◆ HOW TO COMPLETE THIS TASK
The listing below contains a span that opens with the line containing "#7=IFCSIUNIT(*,.LENGTHUNIT.,.MILLI.,.METRE.);" and closes with the line containing "#42=IFCINDEXEDPOLYGONALFACE((25,27,31,29));". Return that span exactly.

◆ DATA EXTRACTS
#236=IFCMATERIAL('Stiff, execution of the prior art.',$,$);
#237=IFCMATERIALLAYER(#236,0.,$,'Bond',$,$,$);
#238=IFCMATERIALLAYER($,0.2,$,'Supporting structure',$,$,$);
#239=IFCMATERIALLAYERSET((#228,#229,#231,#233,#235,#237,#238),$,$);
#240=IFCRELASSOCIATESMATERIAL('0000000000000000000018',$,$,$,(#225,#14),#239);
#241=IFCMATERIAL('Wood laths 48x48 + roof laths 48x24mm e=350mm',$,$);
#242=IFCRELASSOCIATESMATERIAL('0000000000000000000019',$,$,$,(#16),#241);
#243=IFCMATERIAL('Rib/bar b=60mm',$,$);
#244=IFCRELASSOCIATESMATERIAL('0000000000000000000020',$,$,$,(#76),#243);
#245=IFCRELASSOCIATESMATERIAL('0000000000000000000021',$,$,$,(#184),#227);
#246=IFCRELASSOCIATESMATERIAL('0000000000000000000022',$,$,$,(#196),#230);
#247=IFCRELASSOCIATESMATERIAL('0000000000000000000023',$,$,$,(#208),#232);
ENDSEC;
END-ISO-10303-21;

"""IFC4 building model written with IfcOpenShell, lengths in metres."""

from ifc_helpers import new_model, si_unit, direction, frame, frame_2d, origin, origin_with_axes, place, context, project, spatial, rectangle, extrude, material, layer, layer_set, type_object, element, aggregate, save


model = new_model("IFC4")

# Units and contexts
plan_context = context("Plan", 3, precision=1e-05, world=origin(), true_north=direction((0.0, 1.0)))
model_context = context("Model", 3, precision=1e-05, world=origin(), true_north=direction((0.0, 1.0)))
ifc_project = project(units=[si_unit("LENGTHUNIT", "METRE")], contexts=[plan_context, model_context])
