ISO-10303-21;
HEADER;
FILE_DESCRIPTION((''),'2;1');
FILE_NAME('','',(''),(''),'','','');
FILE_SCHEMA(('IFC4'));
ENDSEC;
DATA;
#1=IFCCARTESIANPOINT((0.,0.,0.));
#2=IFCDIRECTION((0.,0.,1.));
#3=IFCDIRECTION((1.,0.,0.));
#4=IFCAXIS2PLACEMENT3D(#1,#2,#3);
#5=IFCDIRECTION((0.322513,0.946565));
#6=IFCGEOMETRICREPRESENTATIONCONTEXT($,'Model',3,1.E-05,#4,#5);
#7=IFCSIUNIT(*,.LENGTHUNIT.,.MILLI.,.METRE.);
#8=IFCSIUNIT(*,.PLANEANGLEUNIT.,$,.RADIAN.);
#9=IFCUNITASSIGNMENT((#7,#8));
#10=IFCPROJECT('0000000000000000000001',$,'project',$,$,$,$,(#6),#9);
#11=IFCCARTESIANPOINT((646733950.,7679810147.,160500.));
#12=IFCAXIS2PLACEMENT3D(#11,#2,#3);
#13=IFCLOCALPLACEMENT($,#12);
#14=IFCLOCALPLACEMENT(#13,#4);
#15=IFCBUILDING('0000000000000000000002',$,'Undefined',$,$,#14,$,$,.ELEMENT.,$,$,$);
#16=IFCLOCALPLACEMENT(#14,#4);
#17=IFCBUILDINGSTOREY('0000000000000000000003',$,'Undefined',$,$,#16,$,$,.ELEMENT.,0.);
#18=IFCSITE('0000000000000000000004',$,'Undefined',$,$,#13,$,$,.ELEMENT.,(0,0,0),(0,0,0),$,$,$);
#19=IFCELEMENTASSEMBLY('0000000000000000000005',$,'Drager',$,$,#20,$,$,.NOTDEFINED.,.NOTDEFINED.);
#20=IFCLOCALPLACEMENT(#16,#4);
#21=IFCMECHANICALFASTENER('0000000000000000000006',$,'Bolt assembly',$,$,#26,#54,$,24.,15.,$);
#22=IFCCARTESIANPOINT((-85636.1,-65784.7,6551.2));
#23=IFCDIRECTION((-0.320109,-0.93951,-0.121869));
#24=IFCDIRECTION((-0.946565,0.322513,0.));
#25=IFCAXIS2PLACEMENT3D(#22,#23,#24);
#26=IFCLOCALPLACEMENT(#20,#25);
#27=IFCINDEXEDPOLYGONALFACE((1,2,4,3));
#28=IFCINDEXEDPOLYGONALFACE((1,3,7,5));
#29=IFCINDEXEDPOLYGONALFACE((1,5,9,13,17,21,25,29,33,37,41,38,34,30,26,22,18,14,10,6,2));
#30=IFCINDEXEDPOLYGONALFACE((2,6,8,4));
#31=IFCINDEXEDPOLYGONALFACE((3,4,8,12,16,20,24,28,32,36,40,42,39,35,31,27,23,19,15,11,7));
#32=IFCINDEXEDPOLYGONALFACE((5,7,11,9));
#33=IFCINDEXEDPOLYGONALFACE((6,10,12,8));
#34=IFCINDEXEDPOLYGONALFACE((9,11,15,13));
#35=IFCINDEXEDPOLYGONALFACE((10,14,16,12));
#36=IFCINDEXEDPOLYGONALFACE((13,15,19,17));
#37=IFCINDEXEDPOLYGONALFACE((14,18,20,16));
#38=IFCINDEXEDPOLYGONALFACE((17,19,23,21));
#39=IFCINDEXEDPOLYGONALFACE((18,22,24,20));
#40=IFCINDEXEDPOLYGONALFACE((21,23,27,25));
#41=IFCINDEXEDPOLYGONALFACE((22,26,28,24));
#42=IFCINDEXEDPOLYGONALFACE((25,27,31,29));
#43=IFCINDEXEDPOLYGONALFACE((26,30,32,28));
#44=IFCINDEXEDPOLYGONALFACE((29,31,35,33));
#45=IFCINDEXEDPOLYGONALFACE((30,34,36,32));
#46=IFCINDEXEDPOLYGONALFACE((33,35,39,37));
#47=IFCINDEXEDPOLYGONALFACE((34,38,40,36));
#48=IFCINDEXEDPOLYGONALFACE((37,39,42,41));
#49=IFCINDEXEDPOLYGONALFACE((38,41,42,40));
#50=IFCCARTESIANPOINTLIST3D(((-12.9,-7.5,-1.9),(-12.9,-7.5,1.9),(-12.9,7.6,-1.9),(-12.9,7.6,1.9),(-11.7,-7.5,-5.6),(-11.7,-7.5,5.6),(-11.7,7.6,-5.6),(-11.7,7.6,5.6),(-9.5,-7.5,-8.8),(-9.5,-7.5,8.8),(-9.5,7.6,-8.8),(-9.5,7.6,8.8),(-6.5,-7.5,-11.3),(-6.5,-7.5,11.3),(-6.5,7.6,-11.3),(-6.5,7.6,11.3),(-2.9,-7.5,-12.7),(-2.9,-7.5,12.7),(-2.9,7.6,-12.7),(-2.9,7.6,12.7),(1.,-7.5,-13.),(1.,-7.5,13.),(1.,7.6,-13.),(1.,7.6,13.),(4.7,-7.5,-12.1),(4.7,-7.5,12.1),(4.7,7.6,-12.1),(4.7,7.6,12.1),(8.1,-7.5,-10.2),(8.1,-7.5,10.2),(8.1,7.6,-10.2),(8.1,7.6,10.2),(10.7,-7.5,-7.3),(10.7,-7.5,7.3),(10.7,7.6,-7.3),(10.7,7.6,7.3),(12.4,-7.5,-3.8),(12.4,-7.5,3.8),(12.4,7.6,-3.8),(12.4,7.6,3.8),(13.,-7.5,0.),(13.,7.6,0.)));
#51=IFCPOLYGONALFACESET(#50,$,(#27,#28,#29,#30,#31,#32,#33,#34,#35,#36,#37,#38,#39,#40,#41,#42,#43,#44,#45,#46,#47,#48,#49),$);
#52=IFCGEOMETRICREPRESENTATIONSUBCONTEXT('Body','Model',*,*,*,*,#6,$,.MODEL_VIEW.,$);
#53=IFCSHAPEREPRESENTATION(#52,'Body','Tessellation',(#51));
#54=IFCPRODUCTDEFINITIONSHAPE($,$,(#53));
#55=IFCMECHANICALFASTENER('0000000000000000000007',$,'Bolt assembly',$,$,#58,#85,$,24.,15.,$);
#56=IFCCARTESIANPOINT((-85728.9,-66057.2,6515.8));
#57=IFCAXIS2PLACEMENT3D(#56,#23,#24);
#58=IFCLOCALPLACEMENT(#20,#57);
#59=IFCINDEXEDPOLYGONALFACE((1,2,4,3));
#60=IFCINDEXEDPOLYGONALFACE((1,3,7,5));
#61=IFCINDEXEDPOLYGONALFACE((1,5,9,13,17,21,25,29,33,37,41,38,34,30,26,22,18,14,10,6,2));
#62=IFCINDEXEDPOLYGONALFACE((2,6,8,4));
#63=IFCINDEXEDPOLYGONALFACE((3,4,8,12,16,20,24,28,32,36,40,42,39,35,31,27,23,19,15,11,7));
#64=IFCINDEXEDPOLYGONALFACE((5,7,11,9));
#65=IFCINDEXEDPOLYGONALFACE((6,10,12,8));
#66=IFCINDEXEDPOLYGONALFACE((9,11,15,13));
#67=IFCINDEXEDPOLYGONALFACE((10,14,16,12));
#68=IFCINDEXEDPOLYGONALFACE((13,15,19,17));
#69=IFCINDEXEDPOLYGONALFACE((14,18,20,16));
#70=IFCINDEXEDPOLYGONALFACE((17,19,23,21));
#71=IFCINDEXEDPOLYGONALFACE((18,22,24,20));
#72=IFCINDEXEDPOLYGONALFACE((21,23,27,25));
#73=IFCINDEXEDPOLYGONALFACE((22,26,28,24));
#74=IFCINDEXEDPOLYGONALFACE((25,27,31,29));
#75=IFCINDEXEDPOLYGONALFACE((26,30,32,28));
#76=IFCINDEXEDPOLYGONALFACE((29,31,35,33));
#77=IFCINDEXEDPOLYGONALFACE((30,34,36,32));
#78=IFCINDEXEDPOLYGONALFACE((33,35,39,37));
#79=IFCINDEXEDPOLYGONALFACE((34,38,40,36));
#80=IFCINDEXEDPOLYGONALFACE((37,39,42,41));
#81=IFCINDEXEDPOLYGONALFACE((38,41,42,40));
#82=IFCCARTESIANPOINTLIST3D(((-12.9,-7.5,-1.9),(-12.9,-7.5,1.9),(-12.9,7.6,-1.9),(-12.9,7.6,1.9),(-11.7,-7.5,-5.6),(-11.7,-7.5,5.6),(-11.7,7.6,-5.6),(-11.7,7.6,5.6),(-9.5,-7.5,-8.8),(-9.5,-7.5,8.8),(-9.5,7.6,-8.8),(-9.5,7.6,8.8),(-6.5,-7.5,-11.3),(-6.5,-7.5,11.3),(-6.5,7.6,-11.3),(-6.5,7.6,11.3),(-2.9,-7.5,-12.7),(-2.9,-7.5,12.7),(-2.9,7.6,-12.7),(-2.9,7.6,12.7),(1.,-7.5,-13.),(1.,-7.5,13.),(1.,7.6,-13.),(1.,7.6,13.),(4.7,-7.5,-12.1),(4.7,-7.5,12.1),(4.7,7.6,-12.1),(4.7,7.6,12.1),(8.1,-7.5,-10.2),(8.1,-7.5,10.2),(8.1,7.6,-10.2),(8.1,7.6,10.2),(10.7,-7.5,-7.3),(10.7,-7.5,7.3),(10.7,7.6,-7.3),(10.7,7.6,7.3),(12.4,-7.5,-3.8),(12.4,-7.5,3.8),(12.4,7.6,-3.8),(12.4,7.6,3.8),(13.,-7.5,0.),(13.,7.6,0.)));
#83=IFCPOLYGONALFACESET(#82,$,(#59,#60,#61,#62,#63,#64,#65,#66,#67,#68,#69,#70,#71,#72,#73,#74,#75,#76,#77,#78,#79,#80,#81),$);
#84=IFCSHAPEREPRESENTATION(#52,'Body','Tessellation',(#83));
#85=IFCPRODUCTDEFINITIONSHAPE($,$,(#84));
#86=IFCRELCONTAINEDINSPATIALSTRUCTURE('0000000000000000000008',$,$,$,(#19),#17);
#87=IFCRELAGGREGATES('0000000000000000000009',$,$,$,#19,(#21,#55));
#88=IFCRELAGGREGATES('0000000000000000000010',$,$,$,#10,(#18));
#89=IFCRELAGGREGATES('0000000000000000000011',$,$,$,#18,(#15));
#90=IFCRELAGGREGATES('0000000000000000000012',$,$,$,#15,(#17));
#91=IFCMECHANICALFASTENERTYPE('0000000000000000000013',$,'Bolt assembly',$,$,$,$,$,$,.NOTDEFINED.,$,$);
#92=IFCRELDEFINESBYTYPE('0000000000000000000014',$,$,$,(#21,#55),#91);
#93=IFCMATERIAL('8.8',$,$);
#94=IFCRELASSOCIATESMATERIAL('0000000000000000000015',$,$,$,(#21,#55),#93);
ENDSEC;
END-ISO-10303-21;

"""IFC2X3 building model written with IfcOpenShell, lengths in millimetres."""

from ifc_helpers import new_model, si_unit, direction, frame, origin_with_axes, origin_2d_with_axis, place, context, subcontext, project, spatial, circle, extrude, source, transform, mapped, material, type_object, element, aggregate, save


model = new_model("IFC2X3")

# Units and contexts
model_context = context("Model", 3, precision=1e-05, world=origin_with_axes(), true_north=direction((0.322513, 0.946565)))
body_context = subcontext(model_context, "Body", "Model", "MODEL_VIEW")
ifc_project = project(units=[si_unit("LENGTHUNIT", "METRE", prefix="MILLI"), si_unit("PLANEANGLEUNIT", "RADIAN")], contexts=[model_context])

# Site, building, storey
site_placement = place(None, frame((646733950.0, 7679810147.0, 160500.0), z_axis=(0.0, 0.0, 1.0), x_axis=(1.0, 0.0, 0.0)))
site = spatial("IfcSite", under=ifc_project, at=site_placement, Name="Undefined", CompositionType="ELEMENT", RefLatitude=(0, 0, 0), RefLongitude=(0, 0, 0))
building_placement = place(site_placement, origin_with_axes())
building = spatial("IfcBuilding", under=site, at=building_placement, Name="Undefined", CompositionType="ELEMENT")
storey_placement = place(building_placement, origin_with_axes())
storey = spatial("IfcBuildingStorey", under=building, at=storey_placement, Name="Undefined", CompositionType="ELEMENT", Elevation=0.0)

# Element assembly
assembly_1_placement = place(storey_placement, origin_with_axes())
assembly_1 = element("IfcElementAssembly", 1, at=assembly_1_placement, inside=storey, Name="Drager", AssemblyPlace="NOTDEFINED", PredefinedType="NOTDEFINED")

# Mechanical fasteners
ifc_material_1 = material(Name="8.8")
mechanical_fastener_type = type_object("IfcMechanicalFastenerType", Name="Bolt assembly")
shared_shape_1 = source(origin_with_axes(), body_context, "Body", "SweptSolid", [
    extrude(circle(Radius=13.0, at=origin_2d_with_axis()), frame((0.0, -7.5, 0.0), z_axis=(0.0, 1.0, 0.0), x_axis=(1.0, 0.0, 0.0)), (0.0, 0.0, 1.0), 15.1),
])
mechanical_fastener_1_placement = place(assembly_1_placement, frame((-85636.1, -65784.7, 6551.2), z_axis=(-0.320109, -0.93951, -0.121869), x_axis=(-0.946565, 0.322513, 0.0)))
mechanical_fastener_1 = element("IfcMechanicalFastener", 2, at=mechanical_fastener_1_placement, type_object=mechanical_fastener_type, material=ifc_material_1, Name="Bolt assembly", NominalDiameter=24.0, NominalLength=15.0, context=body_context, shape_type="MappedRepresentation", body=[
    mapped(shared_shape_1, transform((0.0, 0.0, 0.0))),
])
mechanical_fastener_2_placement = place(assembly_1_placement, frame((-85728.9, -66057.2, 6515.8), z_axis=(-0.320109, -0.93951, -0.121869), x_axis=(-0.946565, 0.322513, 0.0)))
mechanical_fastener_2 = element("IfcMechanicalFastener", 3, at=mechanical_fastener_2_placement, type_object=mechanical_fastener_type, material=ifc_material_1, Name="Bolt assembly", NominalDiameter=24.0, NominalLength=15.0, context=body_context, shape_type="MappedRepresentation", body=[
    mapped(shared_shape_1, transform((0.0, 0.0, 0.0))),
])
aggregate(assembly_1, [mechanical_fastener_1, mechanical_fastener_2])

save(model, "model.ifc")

◆ RESULT
#7=IFCSIUNIT(*,.LENGTHUNIT.,.MILLI.,.METRE.);
#8=IFCSIUNIT(*,.PLANEANGLEUNIT.,$,.RADIAN.);
#9=IFCUNITASSIGNMENT((#7,#8));
#10=IFCPROJECT('0000000000000000000001',$,'project',$,$,$,$,(#6),#9);
#11=IFCCARTESIANPOINT((646733950.,7679810147.,160500.));
#12=IFCAXIS2PLACEMENT3D(#11,#2,#3);
#13=IFCLOCALPLACEMENT($,#12);
#14=IFCLOCALPLACEMENT(#13,#4);
#15=IFCBUILDING('0000000000000000000002',$,'Undefined',$,$,#14,$,$,.ELEMENT.,$,$,$);
#16=IFCLOCALPLACEMENT(#14,#4);
#17=IFCBUILDINGSTOREY('0000000000000000000003',$,'Undefined',$,$,#16,$,$,.ELEMENT.,0.);
#18=IFCSITE('0000000000000000000004',$,'Undefined',$,$,#13,$,$,.ELEMENT.,(0,0,0),(0,0,0),$,$,$);
#19=IFCELEMENTASSEMBLY('0000000000000000000005',$,'Drager',$,$,#20,$,$,.NOTDEFINED.,.NOTDEFINED.);
#20=IFCLOCALPLACEMENT(#16,#4);
#21=IFCMECHANICALFASTENER('0000000000000000000006',$,'Bolt assembly',$,$,#26,#54,$,24.,15.,$);
#22=IFCCARTESIANPOINT((-85636.1,-65784.7,6551.2));
#23=IFCDIRECTION((-0.320109,-0.93951,-0.121869));
#24=IFCDIRECTION((-0.946565,0.322513,0.));
#25=IFCAXIS2PLACEMENT3D(#22,#23,#24);
#26=IFCLOCALPLACEMENT(#20,#25);
#27=IFCINDEXEDPOLYGONALFACE((1,2,4,3));
#28=IFCINDEXEDPOLYGONALFACE((1,3,7,5));
#29=IFCINDEXEDPOLYGONALFACE((1,5,9,13,17,21,25,29,33,37,41,38,34,30,26,22,18,14,10,6,2));
#30=IFCINDEXEDPOLYGONALFACE((2,6,8,4));
#31=IFCINDEXEDPOLYGONALFACE((3,4,8,12,16,20,24,28,32,36,40,42,39,35,31,27,23,19,15,11,7));
#32=IFCINDEXEDPOLYGONALFACE((5,7,11,9));
#33=IFCINDEXEDPOLYGONALFACE((6,10,12,8));
#34=IFCINDEXEDPOLYGONALFACE((9,11,15,13));
#35=IFCINDEXEDPOLYGONALFACE((10,14,16,12));
#36=IFCINDEXEDPOLYGONALFACE((13,15,19,17));
#37=IFCINDEXEDPOLYGONALFACE((14,18,20,16));
#38=IFCINDEXEDPOLYGONALFACE((17,19,23,21));
#39=IFCINDEXEDPOLYGONALFACE((18,22,24,20));
#40=IFCINDEXEDPOLYGONALFACE((21,23,27,25));
#41=IFCINDEXEDPOLYGONALFACE((22,26,28,24));
#42=IFCINDEXEDPOLYGONALFACE((25,27,31,29));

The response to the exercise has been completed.